September 11, 2021

This afternoon I walked around the horseshoe pond at Stone House in the Bear Creek Greenbelt.  Here’s a young Swainson’s Hawk:

Swainson’s Hawk

Swainson’s Hawk

Here’s a Wood Duck in eclipse:

Wood Duck

There are still a few dozen Barn Swallows:

Barn Swallow

And turtles!

Common slider

September 10, 2021

By the end of summer, the hummingbirds in our back yard are used to my being outside on the deck, and they allow close approach.  They feed all day long, starting before dawn, and they constantly chase each other.  Here’s one on its guard:

Black-chinned Hummingbird

After work I took a walk in the Bear Creek Greenbelt.  Here’s another end-of-summer shot:  a Say’s Phoebe holding its wings away from its body.

Say’s Phoebe

A Black-crowned Night Heron was in the same spot as yesterday:

Black-crowned Night Heron

Over by Stone House a Belted Kingfish had caught a crawfish:

Belted Kingfisher

September 9, 2021

After work I took a walk in the Bear Creek Greenbelt . . . Manky Mallard (e.g., Mallard hybrid) is back!

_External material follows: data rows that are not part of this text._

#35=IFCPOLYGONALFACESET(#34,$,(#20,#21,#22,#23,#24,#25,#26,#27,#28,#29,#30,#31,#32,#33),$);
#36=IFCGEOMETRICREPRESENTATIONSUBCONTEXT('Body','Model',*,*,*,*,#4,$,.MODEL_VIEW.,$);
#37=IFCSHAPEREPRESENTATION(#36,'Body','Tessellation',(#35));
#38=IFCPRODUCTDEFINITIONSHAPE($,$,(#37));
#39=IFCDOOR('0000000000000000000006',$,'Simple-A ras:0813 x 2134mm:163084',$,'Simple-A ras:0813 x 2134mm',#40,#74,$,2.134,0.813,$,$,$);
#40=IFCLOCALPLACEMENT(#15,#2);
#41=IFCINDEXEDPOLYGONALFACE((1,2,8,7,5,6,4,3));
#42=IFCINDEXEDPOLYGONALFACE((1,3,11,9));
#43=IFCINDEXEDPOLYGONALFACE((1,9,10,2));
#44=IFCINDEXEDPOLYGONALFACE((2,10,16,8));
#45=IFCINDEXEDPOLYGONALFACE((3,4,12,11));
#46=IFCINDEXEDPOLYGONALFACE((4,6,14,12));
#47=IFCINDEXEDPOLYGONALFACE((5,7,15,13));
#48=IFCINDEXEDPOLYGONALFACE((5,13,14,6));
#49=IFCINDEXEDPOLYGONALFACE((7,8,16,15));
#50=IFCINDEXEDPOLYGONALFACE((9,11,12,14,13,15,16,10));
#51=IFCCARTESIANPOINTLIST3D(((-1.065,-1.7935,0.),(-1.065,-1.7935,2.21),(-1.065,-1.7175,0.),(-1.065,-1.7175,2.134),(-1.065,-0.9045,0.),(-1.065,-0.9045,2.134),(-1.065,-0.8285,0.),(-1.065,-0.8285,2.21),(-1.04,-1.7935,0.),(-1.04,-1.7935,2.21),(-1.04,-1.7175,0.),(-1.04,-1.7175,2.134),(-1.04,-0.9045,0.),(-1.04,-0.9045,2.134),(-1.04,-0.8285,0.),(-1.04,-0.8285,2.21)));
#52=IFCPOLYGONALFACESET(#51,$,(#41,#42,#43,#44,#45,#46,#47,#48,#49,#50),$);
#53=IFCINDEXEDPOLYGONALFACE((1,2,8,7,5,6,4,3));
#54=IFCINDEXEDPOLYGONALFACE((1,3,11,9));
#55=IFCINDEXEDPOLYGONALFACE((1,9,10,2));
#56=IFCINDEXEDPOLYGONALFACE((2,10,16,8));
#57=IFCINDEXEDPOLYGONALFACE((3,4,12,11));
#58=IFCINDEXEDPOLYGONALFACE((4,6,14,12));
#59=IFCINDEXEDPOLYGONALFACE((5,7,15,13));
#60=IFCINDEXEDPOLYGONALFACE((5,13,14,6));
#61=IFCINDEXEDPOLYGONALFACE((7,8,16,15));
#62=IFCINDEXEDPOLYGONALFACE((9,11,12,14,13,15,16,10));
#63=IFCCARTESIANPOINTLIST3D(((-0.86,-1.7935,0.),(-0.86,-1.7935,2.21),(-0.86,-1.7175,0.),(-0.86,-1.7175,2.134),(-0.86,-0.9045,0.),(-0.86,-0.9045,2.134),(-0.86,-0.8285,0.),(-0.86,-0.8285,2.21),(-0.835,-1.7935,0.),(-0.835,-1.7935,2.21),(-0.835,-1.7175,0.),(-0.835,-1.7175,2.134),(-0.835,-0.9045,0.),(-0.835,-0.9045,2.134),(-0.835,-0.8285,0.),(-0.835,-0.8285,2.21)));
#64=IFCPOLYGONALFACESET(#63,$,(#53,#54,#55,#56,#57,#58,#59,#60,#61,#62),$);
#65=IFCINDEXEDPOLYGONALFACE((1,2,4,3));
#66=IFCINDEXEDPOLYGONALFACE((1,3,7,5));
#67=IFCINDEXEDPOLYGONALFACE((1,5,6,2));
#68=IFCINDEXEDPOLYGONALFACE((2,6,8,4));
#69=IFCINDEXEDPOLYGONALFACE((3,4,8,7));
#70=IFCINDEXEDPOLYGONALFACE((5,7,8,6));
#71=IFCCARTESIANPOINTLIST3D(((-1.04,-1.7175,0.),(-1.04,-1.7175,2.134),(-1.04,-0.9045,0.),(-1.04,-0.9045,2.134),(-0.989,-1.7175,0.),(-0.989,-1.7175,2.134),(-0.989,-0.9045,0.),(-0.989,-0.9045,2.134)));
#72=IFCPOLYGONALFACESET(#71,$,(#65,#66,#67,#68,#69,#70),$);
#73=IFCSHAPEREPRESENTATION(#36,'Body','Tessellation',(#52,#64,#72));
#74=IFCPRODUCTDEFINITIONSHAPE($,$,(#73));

Manky Mallard (on right) . . . with a male who’s just beginning to get green feathers back on his head (her mate?).

I caught this Black-crowned Night Heron above Bear Creek with its mouth wide open:

Black-crowned Night Heron

And with its mouth shut:

Black-crowned Night Heron

Dragonflies are still around:

Pale Snaketail

In the back yard . . . cheepers by the dozen??

Got Bushtits?

September 7, 2021

Last night there was a small brush fire in the Bear Creek Greenbelt.  Almost certainly human caused, the fire burned a section along the dirt doubletrack behind the greenhouse.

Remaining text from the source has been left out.